▸ About this exercise: Look through the records, and whenever a line includes the word "IFCINDEXEDPOLYCURVE", copy it.
(Beginning of Source material)
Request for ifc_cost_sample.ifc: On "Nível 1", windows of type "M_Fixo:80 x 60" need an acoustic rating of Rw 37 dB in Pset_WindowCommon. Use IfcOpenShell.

First a look at what the model holds.

```python
import ifcopenshell
import ifcopenshell.util.element

model = ifcopenshell.open("ifc_cost_sample.ifc")
print(model.schema)
storey = next(s for s in model.by_type("IfcBuildingStorey") if s.Name == "Nível 1")
windows = [e for e in ifcopenshell.util.element.get_decomposition(storey) if e.is_a("IfcWindow")]
seen = {}
for e in windows:
    element_type = ifcopenshell.util.element.get_type(e)
    key = (element_type.Name if element_type != e and element_type else None, ifcopenshell.util.element.get_pset(e, "Pset_WindowCommon", "AcousticRating"))
    seen[key] = seen.get(key, 0) + 1
for (name, value), count in sorted(seen.items(), key=str):
    print(count, "x", name, "|", value)
```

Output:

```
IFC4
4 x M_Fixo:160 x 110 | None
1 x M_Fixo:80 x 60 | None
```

```python
import ifcopenshell
import ifcopenshell.api.pset
import ifcopenshell.util.element

model = ifcopenshell.open("ifc_cost_sample.ifc")

storey = next(s for s in model.by_type("IfcBuildingStorey") if s.Name == "Nível 1")
windows = [e for e in ifcopenshell.util.element.get_decomposition(storey) if e.is_a("IfcWindow")]

count = 0
for e in windows:
    element_type = ifcopenshell.util.element.get_type(e)
    if element_type in (None, e) or element_type.Name != "M_Fixo:80 x 60":
        continue
    # add_pset returns the element's existing set when there is one.
    pset = ifcopenshell.api.pset.add_pset(model, product=e, name="Pset_WindowCommon")
    ifcopenshell.api.pset.edit_pset(model, pset=pset, properties={"AcousticRating": "Rw 37 dB"})
    count += 1

print(count, "windows updated")

model.write("ifc_cost_sample_rev.ifc")
```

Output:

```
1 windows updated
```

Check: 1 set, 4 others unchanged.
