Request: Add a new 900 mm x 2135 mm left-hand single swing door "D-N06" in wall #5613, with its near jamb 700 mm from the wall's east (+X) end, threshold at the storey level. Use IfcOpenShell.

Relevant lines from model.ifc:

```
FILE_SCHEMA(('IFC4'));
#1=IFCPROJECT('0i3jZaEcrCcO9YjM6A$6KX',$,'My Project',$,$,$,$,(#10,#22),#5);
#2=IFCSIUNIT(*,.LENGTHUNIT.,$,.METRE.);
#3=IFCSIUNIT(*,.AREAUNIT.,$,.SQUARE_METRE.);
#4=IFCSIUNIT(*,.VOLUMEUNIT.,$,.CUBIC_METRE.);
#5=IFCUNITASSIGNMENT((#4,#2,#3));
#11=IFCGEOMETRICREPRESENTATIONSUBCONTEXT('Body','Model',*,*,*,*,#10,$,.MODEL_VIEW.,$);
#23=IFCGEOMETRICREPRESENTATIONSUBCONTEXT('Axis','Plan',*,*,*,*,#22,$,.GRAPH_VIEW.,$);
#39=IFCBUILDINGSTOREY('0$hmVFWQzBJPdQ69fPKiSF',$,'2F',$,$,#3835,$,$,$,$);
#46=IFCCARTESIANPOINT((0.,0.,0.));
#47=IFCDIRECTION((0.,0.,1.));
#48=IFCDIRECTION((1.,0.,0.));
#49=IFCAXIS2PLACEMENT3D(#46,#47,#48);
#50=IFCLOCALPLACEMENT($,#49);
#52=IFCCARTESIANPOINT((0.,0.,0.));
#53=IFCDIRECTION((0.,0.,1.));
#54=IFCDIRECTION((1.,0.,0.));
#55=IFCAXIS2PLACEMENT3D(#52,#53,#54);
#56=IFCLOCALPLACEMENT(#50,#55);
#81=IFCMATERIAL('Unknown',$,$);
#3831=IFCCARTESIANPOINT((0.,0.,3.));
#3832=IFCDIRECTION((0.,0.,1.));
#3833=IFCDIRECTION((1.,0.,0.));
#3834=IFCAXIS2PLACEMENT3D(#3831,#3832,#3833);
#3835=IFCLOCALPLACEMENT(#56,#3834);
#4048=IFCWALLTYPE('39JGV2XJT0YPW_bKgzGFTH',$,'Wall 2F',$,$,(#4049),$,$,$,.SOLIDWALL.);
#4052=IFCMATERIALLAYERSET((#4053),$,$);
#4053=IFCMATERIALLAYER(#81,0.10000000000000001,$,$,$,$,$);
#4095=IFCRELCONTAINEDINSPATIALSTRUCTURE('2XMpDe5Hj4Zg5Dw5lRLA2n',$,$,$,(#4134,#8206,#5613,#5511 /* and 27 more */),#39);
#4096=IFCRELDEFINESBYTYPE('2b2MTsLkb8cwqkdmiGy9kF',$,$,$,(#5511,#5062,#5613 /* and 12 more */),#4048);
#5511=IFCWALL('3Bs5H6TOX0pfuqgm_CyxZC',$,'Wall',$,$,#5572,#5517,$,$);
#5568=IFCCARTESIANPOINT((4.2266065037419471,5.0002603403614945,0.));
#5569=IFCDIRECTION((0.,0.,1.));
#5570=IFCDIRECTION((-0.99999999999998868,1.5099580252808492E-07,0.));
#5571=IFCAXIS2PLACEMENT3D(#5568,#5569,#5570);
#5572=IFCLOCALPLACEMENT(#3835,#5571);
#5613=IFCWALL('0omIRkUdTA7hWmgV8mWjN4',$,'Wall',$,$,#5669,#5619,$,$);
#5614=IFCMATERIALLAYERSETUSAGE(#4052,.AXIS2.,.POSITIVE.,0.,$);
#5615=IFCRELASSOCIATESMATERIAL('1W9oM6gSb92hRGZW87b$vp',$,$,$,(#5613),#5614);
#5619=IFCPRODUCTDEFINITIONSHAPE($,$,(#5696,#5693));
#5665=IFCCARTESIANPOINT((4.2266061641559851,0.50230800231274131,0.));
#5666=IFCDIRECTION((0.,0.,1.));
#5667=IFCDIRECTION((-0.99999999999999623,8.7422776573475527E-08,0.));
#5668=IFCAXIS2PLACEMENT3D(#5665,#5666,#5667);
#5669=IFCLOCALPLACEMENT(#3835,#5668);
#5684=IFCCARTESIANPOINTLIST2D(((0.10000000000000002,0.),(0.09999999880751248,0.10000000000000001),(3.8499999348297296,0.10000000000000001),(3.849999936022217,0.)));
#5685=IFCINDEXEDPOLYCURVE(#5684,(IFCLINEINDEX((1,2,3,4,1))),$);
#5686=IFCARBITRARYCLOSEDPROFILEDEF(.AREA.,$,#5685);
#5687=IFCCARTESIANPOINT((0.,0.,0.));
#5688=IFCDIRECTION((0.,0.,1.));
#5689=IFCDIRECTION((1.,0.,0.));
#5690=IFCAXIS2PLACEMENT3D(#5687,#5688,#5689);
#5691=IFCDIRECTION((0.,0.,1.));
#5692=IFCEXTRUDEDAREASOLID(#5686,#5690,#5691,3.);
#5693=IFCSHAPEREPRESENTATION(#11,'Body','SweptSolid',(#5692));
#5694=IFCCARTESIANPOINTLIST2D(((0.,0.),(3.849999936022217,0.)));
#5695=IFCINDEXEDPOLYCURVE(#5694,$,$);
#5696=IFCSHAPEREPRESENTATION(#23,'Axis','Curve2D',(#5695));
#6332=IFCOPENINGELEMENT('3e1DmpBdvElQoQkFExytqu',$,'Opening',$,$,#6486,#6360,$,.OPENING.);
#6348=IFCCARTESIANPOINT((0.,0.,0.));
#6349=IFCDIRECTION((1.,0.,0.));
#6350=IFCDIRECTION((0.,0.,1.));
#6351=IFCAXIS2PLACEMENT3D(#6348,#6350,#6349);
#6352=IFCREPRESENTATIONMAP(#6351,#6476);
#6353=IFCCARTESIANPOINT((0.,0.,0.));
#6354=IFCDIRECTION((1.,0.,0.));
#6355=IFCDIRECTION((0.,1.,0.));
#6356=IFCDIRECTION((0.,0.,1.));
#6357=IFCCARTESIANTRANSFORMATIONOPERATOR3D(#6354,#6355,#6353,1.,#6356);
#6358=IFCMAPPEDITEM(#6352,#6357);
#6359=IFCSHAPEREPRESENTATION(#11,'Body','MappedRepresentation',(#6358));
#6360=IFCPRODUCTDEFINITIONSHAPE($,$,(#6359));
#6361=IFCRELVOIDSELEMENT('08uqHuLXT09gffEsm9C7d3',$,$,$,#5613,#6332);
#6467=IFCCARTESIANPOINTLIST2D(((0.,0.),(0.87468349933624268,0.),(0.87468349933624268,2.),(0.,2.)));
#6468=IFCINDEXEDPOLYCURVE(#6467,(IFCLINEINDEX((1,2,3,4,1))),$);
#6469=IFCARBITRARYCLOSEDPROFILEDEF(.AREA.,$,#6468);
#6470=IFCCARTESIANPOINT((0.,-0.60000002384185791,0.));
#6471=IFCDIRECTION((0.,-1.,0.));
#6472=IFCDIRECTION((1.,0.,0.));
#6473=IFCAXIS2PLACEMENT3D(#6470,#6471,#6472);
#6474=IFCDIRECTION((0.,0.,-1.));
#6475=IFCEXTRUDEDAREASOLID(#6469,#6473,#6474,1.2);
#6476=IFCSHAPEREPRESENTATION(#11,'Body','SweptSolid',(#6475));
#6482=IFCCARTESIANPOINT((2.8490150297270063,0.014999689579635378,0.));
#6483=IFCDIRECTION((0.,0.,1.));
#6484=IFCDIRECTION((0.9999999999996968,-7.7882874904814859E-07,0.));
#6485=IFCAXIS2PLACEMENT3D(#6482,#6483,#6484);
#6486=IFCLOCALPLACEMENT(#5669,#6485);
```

```python
import numpy as np
import ifcopenshell
import ifcopenshell.api.feature
import ifcopenshell.api.geometry
import ifcopenshell.api.root
import ifcopenshell.api.spatial
import ifcopenshell.geom
import ifcopenshell.util.element
import ifcopenshell.util.placement
import ifcopenshell.util.representation
import ifcopenshell.util.shape
import ifcopenshell.util.unit

model = ifcopenshell.open("model.ifc")
unit_scale = ifcopenshell.util.unit.calculate_unit_scale(model)
settings = ifcopenshell.geom.settings()


def volume(element):
    """Net volume in cubic metres, openings subtracted."""
    shape = ifcopenshell.geom.create_shape(settings, element)
    return ifcopenshell.util.shape.get_volume(shape.geometry)


wall = model.by_guid("0omIRkUdTA7hWmgV8mWjN4")
storey = ifcopenshell.util.element.get_container(wall, ifc_class="IfcBuildingStorey")
context = ifcopenshell.util.representation.get_context(model, "Model", "Body", "MODEL_VIEW")
before = volume(wall)

width, height, from_end, sill = 0.9, 2.135, 0.7, 0.0  # metres

# The wall runs along its own X axis, and the end named is its -X end.
wall_shape = ifcopenshell.geom.create_shape(settings, wall)
x, y, z = ifcopenshell.util.shape.get_vertices(wall_shape.geometry).T
start = x.min() + from_end
face, thickness = float(y.min()), float(y.max() - y.min())
wall_matrix = ifcopenshell.util.placement.get_local_placement(wall.ObjectPlacement)
level = ifcopenshell.util.placement.get_local_placement(storey.ObjectPlacement)[2, 3]


def in_wall(x, y):
    """Placement at x, y metres in the wall's axes, at sill height."""
    matrix = wall_matrix.copy()
    matrix[:, 3] = wall_matrix @ np.array([x / unit_scale, y / unit_scale, 0.0, 1.0])
    matrix[2, 3] = level + sill / unit_scale
    return matrix


# Opening: a box that overshoots both wall faces by 50 mm.
opening = ifcopenshell.api.root.create_entity(model, ifc_class="IfcOpeningElement", predefined_type="OPENING")
box = ifcopenshell.api.geometry.add_wall_representation(
    model, context=context, length=width, height=height, thickness=thickness + 0.1
)
ifcopenshell.api.geometry.assign_representation(model, product=opening, representation=box)
ifcopenshell.api.geometry.edit_object_placement(model, product=opening, matrix=in_wall(start, face - 0.05), is_si=False)
ifcopenshell.api.feature.add_feature(model, feature=opening, element=wall)

door = ifcopenshell.api.root.create_entity(model, ifc_class="IfcDoor", name="D-N06", predefined_type="DOOR")
door.OverallWidth, door.OverallHeight = width / unit_scale, height / unit_scale
door.OperationType = "SINGLE_SWING_LEFT"
body = ifcopenshell.api.geometry.add_door_representation(
    model,
    context=context,
    overall_width=door.OverallWidth,
    overall_height=door.OverallHeight,
    operation_type="SINGLE_SWING_LEFT",
    lining_properties={"LiningDepth": thickness / unit_scale, "ThresholdDepth": thickness / unit_scale},
)
ifcopenshell.api.geometry.assign_representation(model, product=door, representation=body)
ifcopenshell.api.spatial.assign_container(model, products=[door], relating_structure=storey)
ifcopenshell.api.feature.add_filling(model, opening=opening, element=door)

# The lining spans the wall, so the door starts at the wall face.
ifcopenshell.api.geometry.edit_object_placement(model, product=door, matrix=in_wall(start, face), is_si=False)

after = volume(wall)

print(f"wall volume {before:.3f} -> {after:.3f} m3")

model.write("model_updated.ifc")
```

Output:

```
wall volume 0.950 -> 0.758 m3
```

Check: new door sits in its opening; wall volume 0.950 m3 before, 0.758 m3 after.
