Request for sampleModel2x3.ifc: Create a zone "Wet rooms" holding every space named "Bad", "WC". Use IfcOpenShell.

First a look at what the model holds.

```python
import ifcopenshell

model = ifcopenshell.open("sampleModel2x3.ifc")
print(model.schema)
seen = {}
for space in model.by_type("IfcSpace"):
    seen[space.LongName] = seen.get(space.LongName, 0) + 1
for name, count in sorted(seen.items(), key=str):
    print(count, "x", name)
print("zones:", [z.Name for z in model.by_type("IfcZone")][:20])
```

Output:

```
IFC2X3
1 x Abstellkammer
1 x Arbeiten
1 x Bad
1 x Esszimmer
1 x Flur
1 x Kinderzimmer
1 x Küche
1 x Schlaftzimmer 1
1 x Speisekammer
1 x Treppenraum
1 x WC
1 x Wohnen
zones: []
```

```python
import ifcopenshell
import ifcopenshell.api.group
import ifcopenshell.api.root

model = ifcopenshell.open("sampleModel2x3.ifc")

names = {"Bad", "WC"}
spaces = [s for s in model.by_type("IfcSpace") if s.LongName in names]

zone = ifcopenshell.api.root.create_entity(model, ifc_class="IfcZone", name="Wet rooms")
ifcopenshell.api.group.assign_group(model, products=spaces, group=zone)
print(len(spaces), "spaces in", zone.Name)

model.write("sampleModel2x3_rev.ifc")
```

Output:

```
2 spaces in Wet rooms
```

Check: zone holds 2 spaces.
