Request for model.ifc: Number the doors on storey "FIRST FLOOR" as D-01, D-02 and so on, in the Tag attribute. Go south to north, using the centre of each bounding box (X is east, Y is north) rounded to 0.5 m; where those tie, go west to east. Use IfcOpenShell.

First a look at what the model holds.

```python
import ifcopenshell
import ifcopenshell.util.element
import ifcopenshell.util.placement

model = ifcopenshell.open("model.ifc")
print(model.schema)
storey = next(s for s in model.by_type("IfcBuildingStorey") if s.Name == "FIRST FLOOR")
doors = [e for e in ifcopenshell.util.element.get_decomposition(storey) if e.is_a("IfcDoor")]
for e in sorted(doors, key=lambda e: e.id()):
    origin = ifcopenshell.util.placement.get_local_placement(e.ObjectPlacement)[:3, 3]
    print(e.id(), e.Tag, e.Name, origin.round(2) + 0.0, sep=" | ")
```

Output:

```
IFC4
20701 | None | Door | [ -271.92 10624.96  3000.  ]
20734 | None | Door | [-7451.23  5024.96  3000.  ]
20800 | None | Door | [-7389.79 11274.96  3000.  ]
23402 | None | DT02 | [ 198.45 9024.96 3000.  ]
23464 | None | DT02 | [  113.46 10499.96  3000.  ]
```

```python
import ifcopenshell
import ifcopenshell.geom
import ifcopenshell.util.element
import ifcopenshell.util.shape

model = ifcopenshell.open("model.ifc")
settings = ifcopenshell.geom.settings()
settings.set("use-world-coords", True)


def centre(element):
    shape = ifcopenshell.geom.create_shape(settings, element)
    return ifcopenshell.util.shape.get_bbox_centroid(shape.geometry)


storey = next(s for s in model.by_type("IfcBuildingStorey") if s.Name == "FIRST FLOOR")
doors = [e for e in ifcopenshell.util.element.get_decomposition(storey) if e.is_a("IfcDoor")]

# Insertion points can sit at a corner or the storey origin, so sort by the geometry (in metres).
centres = {e: centre(e) for e in doors}
doors.sort(key=lambda e: (round(centres[e][1] / 0.5), centres[e][0]))

for i, e in enumerate(doors, start=1):
    number = f"D-{i:02d}"
    e.Tag = number
    print(e.id(), number)

model.write("model_v2.ifc")
```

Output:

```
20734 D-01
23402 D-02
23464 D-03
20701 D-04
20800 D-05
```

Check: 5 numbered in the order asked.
(End of Source material)
▸ Answer for the task:
#5685=IFCINDEXEDPOLYCURVE(#5684,(IFCLINEINDEX((1,2,3,4,1))),$);
#5695=IFCINDEXEDPOLYCURVE(#5694,$,$);
#6468=IFCINDEXEDPOLYCURVE(#6467,(IFCLINEINDEX((1,2,3,4,1))),$);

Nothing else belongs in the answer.